Nesse sentido, a ideia de conjugar tudo o que já se fez nesse domínio numa única história é, no mínimo, um conceito ousado. Talvez nem tanto num futuro onde as flutuações climáticas acabam por ser controladas pela mão do homem, ou por estações espaciais que conseguem servir de maestros do tempo e do espaço, como se tratassem de um deus mecânico. É o caso de Dutch Boy, uma estação orbital cujo batismo terá sido inspirado numa história infantil sobre um garoto que coloca o dedo numa parede de água para impedir a sua terra de ser inundada.
É também aqui que entra em cena Gerard Butler como o técnico irascível, no entanto o único perito capaz de chegar a tempo de impedir que os satélites encarregues de manobrar o tempo acabem por provocar a tal chuva de catástrofes ou ameaça global. Sim, ele é o Dutch Boy. Isto numa altura em que a Sala Oval está ocupada por um Presidente Democrata hispânico (Andy Garcia) com o poder de gerir essa imensa máquina de gerir o tempo, e a seu lado com um veterano (Ed Harris) que a certa altura deixa mesmo escapar um estranho American great again!
Para termos uma ideia do rigor dos fenómenos artificiais vividos no filme, uma patrulha militar no deserto com uma canícula de 50º apercebe-se de um pedaço de gelo na areia e logo a seguir um grupo de soldados afegãos totalmente transformados em bonecos de gelo, ou então, numa outra cena, uma tempestade com blocos de gelo destrói parcialmente uma cidade.

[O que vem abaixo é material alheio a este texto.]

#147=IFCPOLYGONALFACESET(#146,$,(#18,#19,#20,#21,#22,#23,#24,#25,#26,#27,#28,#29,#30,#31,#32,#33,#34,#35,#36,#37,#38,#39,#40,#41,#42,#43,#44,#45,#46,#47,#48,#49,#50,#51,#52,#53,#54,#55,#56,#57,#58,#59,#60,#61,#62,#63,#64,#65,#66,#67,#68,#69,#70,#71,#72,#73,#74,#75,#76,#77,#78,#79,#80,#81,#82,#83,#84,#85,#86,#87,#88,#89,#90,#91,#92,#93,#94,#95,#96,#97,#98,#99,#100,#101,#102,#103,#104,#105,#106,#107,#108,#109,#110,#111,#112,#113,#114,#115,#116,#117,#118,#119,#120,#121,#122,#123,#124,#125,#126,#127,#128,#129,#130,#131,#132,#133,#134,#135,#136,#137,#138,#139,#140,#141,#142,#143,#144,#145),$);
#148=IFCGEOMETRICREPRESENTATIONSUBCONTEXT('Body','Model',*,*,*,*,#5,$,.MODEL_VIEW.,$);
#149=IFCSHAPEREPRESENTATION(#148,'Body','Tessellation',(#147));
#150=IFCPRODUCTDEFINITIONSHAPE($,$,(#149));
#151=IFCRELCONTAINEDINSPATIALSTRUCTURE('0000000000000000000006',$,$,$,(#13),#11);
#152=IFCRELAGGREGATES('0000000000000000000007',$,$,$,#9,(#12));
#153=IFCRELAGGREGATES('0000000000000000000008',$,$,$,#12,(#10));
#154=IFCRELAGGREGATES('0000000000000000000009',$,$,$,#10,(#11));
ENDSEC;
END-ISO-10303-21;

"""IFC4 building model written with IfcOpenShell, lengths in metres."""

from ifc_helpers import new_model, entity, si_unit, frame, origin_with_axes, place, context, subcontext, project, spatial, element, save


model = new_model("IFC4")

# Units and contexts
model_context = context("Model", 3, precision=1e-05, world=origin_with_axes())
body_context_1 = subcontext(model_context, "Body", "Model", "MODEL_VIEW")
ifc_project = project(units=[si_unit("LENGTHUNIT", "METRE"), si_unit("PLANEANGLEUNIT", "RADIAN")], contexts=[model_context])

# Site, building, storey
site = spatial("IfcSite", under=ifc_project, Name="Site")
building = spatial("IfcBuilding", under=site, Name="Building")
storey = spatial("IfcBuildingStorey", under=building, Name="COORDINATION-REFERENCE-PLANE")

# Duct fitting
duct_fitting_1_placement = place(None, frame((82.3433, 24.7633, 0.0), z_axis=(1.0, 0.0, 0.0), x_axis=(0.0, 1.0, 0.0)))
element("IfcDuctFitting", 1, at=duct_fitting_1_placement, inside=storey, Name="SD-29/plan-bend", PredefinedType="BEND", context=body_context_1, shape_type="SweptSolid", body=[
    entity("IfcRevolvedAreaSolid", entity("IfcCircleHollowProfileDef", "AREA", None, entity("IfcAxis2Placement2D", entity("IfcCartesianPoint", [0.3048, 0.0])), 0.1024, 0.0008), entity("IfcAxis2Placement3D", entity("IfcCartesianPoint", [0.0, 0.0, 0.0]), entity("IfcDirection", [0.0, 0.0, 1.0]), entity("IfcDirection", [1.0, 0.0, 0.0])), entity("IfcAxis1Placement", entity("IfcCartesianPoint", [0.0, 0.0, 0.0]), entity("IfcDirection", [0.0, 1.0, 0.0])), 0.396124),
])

Há ainda um outro glitch do satélite provoca um sobreaquecimento do solo que arrasa a metrópole de Hong Kong, com os tais edifícios em castelo de cartas e uma versão de carrinho Smart a repetir situações in extremis.
É claro que este homem tem uma família, pelo menos uma filha de treze anos com mais maturidade do que ele e um irmão (Jim Sturgess), responsável pela estação, com um passado de alegria, mas que se viu forçado a despedi-lo por má conduta, mas que terá de o readmitir para cumprir essa missão de salvação global. No meio desta narrativa mirabolante haverá ainda a necessidade de raptar o Presidente para possibilitar uma missão dentro da missão, em conivência com uma agente governamental, interpretada por Abbie Cornish, e Jim Sturgess.

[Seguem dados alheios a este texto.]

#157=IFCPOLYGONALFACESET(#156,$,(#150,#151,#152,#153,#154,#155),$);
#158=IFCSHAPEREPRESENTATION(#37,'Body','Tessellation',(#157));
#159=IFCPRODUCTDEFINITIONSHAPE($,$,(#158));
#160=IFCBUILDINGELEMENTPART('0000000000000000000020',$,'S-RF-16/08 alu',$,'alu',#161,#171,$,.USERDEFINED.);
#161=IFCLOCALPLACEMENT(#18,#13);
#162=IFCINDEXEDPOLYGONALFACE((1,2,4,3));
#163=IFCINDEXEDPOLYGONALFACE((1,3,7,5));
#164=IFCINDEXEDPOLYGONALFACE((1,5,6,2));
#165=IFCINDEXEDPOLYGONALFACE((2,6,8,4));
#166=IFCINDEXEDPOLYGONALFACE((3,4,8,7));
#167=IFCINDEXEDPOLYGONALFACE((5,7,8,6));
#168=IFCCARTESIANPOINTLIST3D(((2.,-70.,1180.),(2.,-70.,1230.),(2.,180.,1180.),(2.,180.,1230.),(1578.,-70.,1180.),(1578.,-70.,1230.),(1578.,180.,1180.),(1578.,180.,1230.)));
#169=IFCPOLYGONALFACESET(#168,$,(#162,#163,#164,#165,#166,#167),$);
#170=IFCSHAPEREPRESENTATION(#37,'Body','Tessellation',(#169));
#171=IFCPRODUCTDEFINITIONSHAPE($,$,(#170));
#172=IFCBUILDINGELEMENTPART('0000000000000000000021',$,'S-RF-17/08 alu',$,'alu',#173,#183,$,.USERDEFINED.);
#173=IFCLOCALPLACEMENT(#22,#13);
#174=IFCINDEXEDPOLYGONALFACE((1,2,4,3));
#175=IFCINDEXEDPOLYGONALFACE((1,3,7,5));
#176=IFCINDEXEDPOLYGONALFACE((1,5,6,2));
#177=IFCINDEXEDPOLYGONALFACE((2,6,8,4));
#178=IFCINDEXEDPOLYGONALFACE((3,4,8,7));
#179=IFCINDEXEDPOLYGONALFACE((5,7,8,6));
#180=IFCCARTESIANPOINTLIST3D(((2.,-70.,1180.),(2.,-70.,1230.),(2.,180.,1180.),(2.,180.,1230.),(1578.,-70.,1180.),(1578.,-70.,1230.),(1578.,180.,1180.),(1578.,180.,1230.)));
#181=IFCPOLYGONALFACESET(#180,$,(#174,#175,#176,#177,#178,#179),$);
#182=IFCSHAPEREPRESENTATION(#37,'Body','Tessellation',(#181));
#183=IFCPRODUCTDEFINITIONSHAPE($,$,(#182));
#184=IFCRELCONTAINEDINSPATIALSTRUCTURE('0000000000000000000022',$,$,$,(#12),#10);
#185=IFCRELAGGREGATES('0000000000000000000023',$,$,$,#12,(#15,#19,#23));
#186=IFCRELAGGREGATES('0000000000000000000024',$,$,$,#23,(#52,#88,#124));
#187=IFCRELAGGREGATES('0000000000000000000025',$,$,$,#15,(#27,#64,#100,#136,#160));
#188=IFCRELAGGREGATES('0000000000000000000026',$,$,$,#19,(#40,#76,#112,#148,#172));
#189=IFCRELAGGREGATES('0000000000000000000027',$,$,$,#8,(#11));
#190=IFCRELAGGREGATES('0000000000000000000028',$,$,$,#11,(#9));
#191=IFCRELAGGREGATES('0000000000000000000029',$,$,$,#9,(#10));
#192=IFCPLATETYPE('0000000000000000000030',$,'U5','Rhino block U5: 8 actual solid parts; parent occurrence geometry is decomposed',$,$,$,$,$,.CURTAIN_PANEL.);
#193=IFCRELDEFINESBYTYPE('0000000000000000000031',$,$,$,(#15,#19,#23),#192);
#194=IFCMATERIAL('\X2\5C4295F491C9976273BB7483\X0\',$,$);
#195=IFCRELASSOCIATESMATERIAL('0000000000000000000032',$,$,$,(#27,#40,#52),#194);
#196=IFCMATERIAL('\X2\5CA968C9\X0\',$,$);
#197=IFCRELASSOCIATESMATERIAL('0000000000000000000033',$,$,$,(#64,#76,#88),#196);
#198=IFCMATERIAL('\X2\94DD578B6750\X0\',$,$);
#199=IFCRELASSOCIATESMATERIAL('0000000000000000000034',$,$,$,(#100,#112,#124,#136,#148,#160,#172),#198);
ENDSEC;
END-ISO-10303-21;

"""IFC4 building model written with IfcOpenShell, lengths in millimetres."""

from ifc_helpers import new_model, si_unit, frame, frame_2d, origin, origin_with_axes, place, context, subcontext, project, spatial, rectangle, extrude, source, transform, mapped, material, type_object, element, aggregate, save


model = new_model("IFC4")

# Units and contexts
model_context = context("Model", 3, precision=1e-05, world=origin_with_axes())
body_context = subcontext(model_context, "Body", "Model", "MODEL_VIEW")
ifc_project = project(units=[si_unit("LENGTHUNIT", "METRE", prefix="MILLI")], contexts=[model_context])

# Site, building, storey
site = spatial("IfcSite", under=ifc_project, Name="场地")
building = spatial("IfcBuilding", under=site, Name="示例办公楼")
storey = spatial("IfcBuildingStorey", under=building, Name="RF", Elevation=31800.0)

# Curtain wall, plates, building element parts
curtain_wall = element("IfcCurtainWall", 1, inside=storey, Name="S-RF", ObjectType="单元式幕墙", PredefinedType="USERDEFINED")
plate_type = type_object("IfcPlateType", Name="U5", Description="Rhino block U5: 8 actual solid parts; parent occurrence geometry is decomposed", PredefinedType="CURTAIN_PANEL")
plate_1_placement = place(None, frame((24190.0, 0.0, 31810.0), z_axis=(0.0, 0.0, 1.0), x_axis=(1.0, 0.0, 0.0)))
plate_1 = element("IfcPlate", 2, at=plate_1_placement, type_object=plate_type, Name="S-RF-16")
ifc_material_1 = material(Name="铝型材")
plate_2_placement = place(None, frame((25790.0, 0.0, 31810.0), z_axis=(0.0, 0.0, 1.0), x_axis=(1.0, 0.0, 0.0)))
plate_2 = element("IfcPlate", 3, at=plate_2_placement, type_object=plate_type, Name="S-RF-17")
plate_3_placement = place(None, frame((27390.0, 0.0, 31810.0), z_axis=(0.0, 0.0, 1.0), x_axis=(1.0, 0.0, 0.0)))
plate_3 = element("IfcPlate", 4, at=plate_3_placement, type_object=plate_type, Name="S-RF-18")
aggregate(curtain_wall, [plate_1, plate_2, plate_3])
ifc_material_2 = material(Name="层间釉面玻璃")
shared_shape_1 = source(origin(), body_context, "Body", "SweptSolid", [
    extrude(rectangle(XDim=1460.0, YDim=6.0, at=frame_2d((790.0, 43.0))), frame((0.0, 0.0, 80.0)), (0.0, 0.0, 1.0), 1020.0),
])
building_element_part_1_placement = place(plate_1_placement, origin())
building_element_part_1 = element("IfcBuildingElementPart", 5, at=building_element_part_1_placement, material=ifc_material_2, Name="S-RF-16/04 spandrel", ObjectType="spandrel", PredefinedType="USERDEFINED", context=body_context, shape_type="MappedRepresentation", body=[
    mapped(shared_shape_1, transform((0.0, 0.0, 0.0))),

Em Geostorm – Ameaça Global passam-se em revista uma coleção de efeitos especiais que de uma forma ou outra vimos em filmes mais ou menos recentes, como San Andreas, O Dia Depois de Amanhã ou O Dia da Independência, apesar de se detetar, aqui e ali, elementos de tensão inspirados em 2001, Odisseia no Espaço ou Gravidade.

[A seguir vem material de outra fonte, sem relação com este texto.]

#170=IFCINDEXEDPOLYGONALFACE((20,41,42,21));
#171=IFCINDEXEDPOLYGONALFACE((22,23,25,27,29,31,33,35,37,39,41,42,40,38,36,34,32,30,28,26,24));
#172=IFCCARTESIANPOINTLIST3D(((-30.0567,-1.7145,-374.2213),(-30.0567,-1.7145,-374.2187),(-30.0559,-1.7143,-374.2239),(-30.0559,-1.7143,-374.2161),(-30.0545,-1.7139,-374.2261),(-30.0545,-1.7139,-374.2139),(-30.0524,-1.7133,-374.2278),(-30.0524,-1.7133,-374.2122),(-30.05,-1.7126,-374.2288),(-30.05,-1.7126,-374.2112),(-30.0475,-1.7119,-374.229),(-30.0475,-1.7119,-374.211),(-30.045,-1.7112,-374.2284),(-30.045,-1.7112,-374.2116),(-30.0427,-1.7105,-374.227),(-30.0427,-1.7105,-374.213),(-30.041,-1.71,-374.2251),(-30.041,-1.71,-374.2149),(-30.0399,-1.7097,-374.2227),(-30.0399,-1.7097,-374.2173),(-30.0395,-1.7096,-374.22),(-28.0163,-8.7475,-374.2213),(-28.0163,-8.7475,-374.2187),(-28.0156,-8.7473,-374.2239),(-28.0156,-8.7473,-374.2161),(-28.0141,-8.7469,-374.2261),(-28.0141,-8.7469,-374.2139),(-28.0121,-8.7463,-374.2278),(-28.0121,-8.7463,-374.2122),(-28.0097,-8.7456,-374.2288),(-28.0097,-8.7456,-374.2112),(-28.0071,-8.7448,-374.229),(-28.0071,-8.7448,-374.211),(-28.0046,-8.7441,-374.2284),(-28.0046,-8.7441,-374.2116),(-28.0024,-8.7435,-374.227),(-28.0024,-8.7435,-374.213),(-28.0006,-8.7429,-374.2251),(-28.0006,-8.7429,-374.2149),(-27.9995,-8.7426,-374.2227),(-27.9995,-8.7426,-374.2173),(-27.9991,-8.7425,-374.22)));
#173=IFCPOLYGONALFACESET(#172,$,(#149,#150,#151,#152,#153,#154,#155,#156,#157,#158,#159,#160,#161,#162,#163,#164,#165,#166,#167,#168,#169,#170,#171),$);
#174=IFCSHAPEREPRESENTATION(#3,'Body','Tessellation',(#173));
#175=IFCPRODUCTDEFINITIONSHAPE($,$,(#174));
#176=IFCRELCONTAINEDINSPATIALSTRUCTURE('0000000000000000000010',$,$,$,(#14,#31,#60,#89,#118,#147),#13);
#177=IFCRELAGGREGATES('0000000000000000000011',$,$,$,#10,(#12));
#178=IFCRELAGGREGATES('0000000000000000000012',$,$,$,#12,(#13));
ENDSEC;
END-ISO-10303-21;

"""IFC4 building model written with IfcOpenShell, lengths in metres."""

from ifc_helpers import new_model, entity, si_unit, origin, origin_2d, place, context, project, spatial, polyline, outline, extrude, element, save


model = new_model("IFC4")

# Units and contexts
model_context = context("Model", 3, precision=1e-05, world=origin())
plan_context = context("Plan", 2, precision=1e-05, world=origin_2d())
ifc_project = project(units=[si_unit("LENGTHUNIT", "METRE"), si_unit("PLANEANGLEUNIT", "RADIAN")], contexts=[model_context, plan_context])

Aqui está um filme que brinca com a manipulação do ambiente, isto em plena era de descrédito ambiental pela Administração Trump. No entanto, uma ideia que o atual inquilino da Cada Branca nem haveria de enjeitar. Só que esta medida de ficção acaba por ser, em parte, superada pela escalada das catástrofes naturais dos tempos que correm, com efeitos demasiadamente reais, dificilmente superados pelos óculos 3D ou pelo ecrã IMAX.
Este pode muito bem ser o Godzilla dos Filmes catástrofe, já que pretende combinar os diversos elementos mastodônticos que temos visto nos filmes do género mais recentes. Uma narrativa sobre o controlo das alterações climáticas até poderia ter força, se bem que o resultado não chega para convencer. Até porque recentemente a realidade tem sido demasiado pródiga em mostrar efeitos demasiado reais.